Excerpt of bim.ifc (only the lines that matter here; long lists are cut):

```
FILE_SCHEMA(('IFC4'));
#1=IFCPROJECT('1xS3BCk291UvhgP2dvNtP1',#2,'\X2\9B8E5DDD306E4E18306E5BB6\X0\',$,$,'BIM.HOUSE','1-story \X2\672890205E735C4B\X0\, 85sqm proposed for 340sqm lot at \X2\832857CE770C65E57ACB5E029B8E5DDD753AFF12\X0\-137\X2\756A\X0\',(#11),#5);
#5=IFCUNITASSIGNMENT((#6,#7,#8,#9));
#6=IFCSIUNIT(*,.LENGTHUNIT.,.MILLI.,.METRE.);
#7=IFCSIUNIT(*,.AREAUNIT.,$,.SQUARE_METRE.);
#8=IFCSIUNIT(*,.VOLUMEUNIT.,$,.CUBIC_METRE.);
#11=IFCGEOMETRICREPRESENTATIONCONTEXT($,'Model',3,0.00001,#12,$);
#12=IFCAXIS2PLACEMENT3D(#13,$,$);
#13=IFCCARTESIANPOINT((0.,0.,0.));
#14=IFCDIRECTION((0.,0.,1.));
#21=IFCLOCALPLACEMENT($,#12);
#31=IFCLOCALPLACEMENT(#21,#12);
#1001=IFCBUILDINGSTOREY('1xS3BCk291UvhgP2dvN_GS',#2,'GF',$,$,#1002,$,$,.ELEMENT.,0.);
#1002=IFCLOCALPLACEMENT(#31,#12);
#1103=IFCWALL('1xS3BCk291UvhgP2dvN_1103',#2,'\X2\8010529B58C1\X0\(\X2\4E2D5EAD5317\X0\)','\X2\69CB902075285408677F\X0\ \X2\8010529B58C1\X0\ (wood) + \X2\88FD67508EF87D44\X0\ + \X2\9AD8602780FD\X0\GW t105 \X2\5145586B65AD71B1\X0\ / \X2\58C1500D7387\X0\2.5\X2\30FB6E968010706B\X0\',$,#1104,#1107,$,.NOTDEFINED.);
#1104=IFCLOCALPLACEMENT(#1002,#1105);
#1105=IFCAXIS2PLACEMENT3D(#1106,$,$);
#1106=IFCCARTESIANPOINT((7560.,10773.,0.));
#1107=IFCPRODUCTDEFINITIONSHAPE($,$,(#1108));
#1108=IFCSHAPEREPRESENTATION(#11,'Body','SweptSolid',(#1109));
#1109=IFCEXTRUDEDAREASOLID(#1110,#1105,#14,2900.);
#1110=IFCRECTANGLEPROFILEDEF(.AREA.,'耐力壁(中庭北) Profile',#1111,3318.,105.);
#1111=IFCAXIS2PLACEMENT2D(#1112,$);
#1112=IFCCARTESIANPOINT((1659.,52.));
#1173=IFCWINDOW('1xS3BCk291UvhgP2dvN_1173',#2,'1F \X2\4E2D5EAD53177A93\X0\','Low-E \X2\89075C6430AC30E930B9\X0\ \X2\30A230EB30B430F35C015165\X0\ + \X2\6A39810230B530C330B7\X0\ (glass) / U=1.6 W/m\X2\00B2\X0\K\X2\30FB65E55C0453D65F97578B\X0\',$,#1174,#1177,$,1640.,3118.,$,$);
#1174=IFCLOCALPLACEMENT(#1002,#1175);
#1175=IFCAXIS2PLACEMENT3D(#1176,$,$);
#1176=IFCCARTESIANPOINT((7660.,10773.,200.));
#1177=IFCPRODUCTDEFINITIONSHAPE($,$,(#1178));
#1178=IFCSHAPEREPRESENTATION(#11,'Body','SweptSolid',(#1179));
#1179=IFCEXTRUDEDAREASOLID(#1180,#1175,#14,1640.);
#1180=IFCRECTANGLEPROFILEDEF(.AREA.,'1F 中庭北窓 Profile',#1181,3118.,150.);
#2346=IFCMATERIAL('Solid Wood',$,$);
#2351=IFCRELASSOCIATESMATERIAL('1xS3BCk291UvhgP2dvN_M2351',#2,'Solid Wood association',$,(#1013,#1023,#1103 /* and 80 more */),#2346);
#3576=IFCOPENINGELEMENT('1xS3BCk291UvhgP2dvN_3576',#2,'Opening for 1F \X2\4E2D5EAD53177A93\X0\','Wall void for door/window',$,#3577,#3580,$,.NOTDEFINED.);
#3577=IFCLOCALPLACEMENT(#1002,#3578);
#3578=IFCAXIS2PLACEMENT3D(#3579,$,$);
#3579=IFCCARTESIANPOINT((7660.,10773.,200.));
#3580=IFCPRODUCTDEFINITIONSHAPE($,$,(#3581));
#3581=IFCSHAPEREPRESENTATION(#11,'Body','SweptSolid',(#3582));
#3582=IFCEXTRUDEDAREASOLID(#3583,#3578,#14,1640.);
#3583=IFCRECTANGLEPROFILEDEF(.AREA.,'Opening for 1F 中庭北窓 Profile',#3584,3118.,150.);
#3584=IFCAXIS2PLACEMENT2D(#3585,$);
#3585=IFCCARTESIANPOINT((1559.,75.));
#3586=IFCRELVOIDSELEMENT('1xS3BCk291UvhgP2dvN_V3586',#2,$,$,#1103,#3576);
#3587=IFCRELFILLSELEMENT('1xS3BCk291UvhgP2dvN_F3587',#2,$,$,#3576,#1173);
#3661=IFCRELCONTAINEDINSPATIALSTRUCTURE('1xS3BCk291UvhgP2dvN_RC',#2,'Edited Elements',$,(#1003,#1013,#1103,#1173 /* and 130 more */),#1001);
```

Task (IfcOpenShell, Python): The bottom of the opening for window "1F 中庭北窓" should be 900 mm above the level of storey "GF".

```python
import numpy as np
import ifcopenshell
import ifcopenshell.api.geometry
import ifcopenshell.geom
import ifcopenshell.util.element
import ifcopenshell.util.placement
import ifcopenshell.util.shape
import ifcopenshell.util.unit

model = ifcopenshell.open("bim.ifc")
unit_scale = ifcopenshell.util.unit.calculate_unit_scale(model)

window = model.by_guid("1xS3BCk291UvhgP2dvN_1173")
opening = window.FillsVoids[0].RelatingOpeningElement
storey = ifcopenshell.util.element.get_container(window, ifc_class="IfcBuildingStorey")
level = ifcopenshell.util.placement.get_local_placement(storey.ObjectPlacement)[2, 3]

# The opening's origin need not be at the sill, so measure its lowest point.
shape = ifcopenshell.geom.create_shape(ifcopenshell.geom.settings(), opening)
bottom = ifcopenshell.util.shape.get_shape_bottom_elevation(shape, shape.geometry) / unit_scale
dz = level + 900.0 - bottom

shift = np.array([0.0, 0.0, dz])
# The window is not placed relative to its opening, so move both.
for product in (opening, window):
    matrix = ifcopenshell.util.placement.get_local_placement(product.ObjectPlacement)
    matrix[:3, 3] += shift
    ifcopenshell.api.geometry.edit_object_placement(model, product=product, matrix=matrix, is_si=False)

print(f"moved by {dz * unit_scale:+.3f} m")

model.write("bim_rev.ifc")
```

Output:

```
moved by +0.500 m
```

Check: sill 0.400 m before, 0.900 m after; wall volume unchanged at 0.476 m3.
———
YOUR OBJECTIVE: By examining the material line by line, establish how many lines contain "Profile" and give only that number.

ANSWER FOR THE TASK: 3